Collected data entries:
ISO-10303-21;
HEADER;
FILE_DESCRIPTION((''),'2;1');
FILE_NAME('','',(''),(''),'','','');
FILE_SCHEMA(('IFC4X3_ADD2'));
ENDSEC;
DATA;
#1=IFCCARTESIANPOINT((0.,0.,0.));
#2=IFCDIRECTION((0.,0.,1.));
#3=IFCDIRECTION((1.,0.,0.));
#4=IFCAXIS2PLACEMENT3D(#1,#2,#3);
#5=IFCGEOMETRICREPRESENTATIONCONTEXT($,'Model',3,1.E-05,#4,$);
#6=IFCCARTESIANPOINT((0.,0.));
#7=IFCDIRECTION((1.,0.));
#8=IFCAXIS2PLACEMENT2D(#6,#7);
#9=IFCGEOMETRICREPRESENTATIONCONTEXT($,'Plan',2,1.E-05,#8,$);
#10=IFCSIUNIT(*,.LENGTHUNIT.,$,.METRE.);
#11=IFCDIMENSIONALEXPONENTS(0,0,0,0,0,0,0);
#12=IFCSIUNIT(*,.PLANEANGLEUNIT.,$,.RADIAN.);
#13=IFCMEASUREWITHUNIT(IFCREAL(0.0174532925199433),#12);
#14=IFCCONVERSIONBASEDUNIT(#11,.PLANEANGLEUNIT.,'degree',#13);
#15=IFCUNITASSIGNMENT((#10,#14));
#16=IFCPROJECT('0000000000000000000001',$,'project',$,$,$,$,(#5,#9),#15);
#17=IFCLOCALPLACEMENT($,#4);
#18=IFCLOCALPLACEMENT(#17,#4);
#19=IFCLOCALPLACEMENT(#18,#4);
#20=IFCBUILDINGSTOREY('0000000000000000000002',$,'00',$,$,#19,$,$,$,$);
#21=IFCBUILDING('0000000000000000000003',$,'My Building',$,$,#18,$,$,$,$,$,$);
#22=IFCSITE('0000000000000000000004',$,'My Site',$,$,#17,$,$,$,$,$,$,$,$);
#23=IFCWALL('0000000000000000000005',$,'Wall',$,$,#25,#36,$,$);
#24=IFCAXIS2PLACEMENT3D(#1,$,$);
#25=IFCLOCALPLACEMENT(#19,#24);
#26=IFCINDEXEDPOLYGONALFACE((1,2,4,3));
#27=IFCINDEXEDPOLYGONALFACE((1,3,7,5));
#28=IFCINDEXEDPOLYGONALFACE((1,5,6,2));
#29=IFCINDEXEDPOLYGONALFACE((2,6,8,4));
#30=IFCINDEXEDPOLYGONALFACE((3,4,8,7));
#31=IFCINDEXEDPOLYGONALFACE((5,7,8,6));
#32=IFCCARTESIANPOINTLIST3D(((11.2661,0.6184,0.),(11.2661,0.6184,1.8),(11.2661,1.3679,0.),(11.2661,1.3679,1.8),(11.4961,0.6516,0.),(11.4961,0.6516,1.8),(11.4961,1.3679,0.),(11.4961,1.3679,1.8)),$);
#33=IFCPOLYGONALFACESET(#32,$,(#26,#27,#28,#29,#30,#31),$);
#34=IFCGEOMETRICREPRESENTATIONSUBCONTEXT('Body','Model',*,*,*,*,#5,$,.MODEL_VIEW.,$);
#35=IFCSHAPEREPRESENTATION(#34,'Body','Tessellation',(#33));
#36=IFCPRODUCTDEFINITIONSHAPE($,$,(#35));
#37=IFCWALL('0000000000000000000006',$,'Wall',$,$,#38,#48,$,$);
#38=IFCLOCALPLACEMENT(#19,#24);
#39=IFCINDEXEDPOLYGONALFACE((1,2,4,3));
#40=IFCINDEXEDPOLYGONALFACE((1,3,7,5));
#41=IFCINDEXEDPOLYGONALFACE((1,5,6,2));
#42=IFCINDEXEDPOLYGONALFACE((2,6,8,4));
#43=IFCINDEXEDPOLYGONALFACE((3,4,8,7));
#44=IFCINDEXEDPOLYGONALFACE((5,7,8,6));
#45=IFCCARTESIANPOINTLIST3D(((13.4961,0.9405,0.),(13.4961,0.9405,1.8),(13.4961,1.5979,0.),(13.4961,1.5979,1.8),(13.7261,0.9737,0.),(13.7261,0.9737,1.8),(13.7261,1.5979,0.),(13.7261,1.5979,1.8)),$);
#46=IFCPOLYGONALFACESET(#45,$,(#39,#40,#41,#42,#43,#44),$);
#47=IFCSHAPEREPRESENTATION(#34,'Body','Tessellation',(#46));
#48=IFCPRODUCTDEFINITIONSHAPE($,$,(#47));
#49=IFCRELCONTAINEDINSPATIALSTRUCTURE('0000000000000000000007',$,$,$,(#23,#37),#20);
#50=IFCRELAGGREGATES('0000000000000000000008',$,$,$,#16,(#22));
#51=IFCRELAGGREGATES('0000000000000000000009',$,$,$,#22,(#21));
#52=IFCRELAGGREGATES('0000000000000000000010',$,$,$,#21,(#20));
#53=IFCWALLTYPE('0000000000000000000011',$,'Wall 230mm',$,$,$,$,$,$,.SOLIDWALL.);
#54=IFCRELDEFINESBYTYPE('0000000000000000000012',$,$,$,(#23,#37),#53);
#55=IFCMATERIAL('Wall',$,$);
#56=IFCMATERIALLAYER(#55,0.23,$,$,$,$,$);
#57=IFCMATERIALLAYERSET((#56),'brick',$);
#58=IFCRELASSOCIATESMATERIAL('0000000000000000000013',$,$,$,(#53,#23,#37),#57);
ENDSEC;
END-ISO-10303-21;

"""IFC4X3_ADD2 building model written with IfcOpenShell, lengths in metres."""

from ifc_helpers import new_model, entity, si_unit, converted_unit, frame, origin_with_axes, origin_2d_with_axis, place, context, subcontext, project, spatial, indexed_curve, outline, extrude, clip, halfspace, material, layer, layer_set, layer_usage, type_object, element, save


model = new_model("IFC4X3_ADD2")

# Units and contexts
model_context = context("Model", 3, precision=1e-05, world=origin_with_axes())
plan_context = context("Plan", 2, precision=1e-05, world=origin_2d_with_axis())
body_context_1 = subcontext(model_context, "Body", "Model", "MODEL_VIEW")
ifc_project = project(units=[si_unit("LENGTHUNIT", "METRE"), converted_unit("PLANEANGLEUNIT", "degree", entity("IfcReal", 0.0174532925199433), si_unit("PLANEANGLEUNIT", "RADIAN"), dimensions=[0, 0, 0, 0, 0, 0, 0])], contexts=[model_context, plan_context])

# Site, building, storey
site_placement = place(None, origin_with_axes())
site = spatial("IfcSite", under=ifc_project, at=site_placement, Name="My Site")
building_placement = place(site_placement, origin_with_axes())
building = spatial("IfcBuilding", under=site, at=building_placement, Name="My Building")
storey_placement = place(building_placement, origin_with_axes())
storey = spatial("IfcBuildingStorey", under=building, at=storey_placement, Name="00")

# Shared definitions
ifc_material_1 = material(Name="Wall")
ifc_layer_1 = layer(ifc_material_1, 0.23)
ifc_layer_set_1 = layer_set([ifc_layer_1], Name="brick")
wall_type_1 = type_object("IfcWallType", Name="Wall 230mm", PredefinedType="SOLIDWALL", material=ifc_layer_set_1)

# Walls
ifc_layer_usage_1 = layer_usage(ifc_layer_set_1, "AXIS2", "POSITIVE", 0.0)
wall_1_placement = place(storey_placement, frame((11.4961, 0.6184, 0.0), z_axis=(0.0, 0.0, 1.0), x_axis=(0.000001, 1.0, 0.0)))
element("IfcWall", 1, at=wall_1_placement, inside=storey, type_object=wall_type_1, material=ifc_layer_usage_1, Name="Wall", context=body_context_1, shape_type="Clipping", body=[
    clip(extrude(outline(indexed_curve([(0.0, 0.0), (0.0, 0.23), (0.7495, 0.23), (0.7495, 0.0), (0.0, 0.0)], self_intersect=False)), origin_with_axes(), (0.0, 0.0, 1.0), 1.8), halfspace(frame((0.0332, 0.0, 0.0), z_axis=(-0.574996, -0.083058, 0.0), x_axis=(-0.142966, 0.989728, 0.0)), False)),
])
ifc_layer_usage_2 = layer_usage(ifc_layer_set_1, "AXIS2", "POSITIVE", 0.0)
wall_2_placement = place(storey_placement, frame((13.7261, 0.9405, 0.0), z_axis=(0.0, 0.0, 1.0), x_axis=(0.000001, 1.0, 0.0)))
element("IfcWall", 2, at=wall_2_placement, inside=storey, type_object=wall_type_1, material=ifc_layer_usage_2, Name="Wall", context=body_context_1, shape_type="Clipping", body=[
    clip(extrude(outline(indexed_curve([(0.0, 0.0), (0.0, 0.23), (0.6574, 0.23), (0.6574, 0.0), (0.0, 0.0)], self_intersect=False)), origin_with_axes(), (0.0, 0.0, 1.0), 1.8), halfspace(frame((0.0332, 0.0, 0.0), z_axis=(-0.574999, -0.083059, 0.0), x_axis=(-0.142966, 0.989728, 0.0)), False)),
])

save(model, "model.ifc")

Task prompt: In the entries above, restate word for word the lines between the one holding "#27=IFCINDEXEDPOLYGONALFACE((1,3,7,5));" and the one holding "#47=IFCSHAPEREPRESENTATION(#34,'Body','Tessellation',(#46));", inclusive, and nothing besides.

Output for this task:
#27=IFCINDEXEDPOLYGONALFACE((1,3,7,5));
#28=IFCINDEXEDPOLYGONALFACE((1,5,6,2));
#29=IFCINDEXEDPOLYGONALFACE((2,6,8,4));
#30=IFCINDEXEDPOLYGONALFACE((3,4,8,7));
#31=IFCINDEXEDPOLYGONALFACE((5,7,8,6));
#32=IFCCARTESIANPOINTLIST3D(((11.2661,0.6184,0.),(11.2661,0.6184,1.8),(11.2661,1.3679,0.),(11.2661,1.3679,1.8),(11.4961,0.6516,0.),(11.4961,0.6516,1.8),(11.4961,1.3679,0.),(11.4961,1.3679,1.8)),$);
#33=IFCPOLYGONALFACESET(#32,$,(#26,#27,#28,#29,#30,#31),$);
#34=IFCGEOMETRICREPRESENTATIONSUBCONTEXT('Body','Model',*,*,*,*,#5,$,.MODEL_VIEW.,$);
#35=IFCSHAPEREPRESENTATION(#34,'Body','Tessellation',(#33));
#36=IFCPRODUCTDEFINITIONSHAPE($,$,(#35));
#37=IFCWALL('0000000000000000000006',$,'Wall',$,$,#38,#48,$,$);
#38=IFCLOCALPLACEMENT(#19,#24);
#39=IFCINDEXEDPOLYGONALFACE((1,2,4,3));
#40=IFCINDEXEDPOLYGONALFACE((1,3,7,5));
#41=IFCINDEXEDPOLYGONALFACE((1,5,6,2));
#42=IFCINDEXEDPOLYGONALFACE((2,6,8,4));
#43=IFCINDEXEDPOLYGONALFACE((3,4,8,7));
#44=IFCINDEXEDPOLYGONALFACE((5,7,8,6));
#45=IFCCARTESIANPOINTLIST3D(((13.4961,0.9405,0.),(13.4961,0.9405,1.8),(13.4961,1.5979,0.),(13.4961,1.5979,1.8),(13.7261,0.9737,0.),(13.7261,0.9737,1.8),(13.7261,1.5979,0.),(13.7261,1.5979,1.8)),$);
#46=IFCPOLYGONALFACESET(#45,$,(#39,#40,#41,#42,#43,#44),$);
#47=IFCSHAPEREPRESENTATION(#34,'Body','Tessellation',(#46));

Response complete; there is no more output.